Scanning the listing below, tally every line where the string "Check" shows up, then state the count alone.

═══ Dataset content

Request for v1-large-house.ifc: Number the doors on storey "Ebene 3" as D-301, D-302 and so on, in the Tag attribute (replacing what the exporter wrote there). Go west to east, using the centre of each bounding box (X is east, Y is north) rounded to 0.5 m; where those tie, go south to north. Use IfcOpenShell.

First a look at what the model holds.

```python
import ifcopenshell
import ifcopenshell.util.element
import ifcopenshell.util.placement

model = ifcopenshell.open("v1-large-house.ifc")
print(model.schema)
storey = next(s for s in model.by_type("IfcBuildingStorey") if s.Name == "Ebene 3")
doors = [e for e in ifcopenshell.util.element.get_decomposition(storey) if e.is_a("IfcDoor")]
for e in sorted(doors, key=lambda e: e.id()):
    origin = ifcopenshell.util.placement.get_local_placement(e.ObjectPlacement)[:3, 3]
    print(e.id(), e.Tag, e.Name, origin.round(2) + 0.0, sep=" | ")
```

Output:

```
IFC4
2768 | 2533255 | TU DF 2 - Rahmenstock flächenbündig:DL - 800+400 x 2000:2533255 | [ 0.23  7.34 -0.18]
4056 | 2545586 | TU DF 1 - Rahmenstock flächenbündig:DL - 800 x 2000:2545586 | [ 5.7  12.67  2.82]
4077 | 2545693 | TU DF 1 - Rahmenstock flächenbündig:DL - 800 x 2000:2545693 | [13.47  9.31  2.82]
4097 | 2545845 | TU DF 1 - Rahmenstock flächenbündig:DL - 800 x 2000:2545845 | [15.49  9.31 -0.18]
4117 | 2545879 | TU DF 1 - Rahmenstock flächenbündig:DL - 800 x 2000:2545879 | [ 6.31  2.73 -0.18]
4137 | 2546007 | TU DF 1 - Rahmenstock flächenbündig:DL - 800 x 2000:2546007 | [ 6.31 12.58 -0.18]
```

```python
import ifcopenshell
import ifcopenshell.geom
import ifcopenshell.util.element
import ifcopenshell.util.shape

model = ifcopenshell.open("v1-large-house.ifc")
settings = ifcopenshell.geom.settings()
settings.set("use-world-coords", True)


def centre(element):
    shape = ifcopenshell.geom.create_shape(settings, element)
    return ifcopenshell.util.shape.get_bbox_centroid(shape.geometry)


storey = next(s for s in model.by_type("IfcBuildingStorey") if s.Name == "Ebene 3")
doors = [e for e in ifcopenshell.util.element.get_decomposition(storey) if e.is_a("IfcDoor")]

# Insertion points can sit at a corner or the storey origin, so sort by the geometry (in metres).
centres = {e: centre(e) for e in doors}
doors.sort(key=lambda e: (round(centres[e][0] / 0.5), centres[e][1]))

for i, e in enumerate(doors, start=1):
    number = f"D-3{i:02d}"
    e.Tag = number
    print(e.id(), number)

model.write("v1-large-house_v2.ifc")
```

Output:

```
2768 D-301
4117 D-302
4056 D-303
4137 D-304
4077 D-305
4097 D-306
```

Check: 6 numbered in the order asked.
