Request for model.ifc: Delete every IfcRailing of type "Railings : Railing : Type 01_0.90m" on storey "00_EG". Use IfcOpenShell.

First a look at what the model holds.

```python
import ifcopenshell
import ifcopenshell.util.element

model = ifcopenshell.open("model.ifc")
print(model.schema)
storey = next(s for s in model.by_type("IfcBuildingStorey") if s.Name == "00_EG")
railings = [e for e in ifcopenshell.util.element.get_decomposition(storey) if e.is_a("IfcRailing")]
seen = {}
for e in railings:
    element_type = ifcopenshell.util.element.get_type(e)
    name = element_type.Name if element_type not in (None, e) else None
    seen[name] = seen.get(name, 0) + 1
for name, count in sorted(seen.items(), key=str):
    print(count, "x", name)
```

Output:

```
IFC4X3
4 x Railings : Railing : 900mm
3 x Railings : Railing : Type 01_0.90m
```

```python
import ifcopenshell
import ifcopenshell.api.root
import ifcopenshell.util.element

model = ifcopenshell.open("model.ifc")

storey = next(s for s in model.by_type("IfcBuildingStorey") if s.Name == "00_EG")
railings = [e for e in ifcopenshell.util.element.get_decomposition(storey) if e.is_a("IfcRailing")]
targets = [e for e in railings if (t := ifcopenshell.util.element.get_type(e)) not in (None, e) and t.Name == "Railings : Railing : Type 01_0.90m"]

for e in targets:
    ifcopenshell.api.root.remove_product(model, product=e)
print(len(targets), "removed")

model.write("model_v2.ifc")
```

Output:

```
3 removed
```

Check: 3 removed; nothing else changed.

══════

- Response box -
2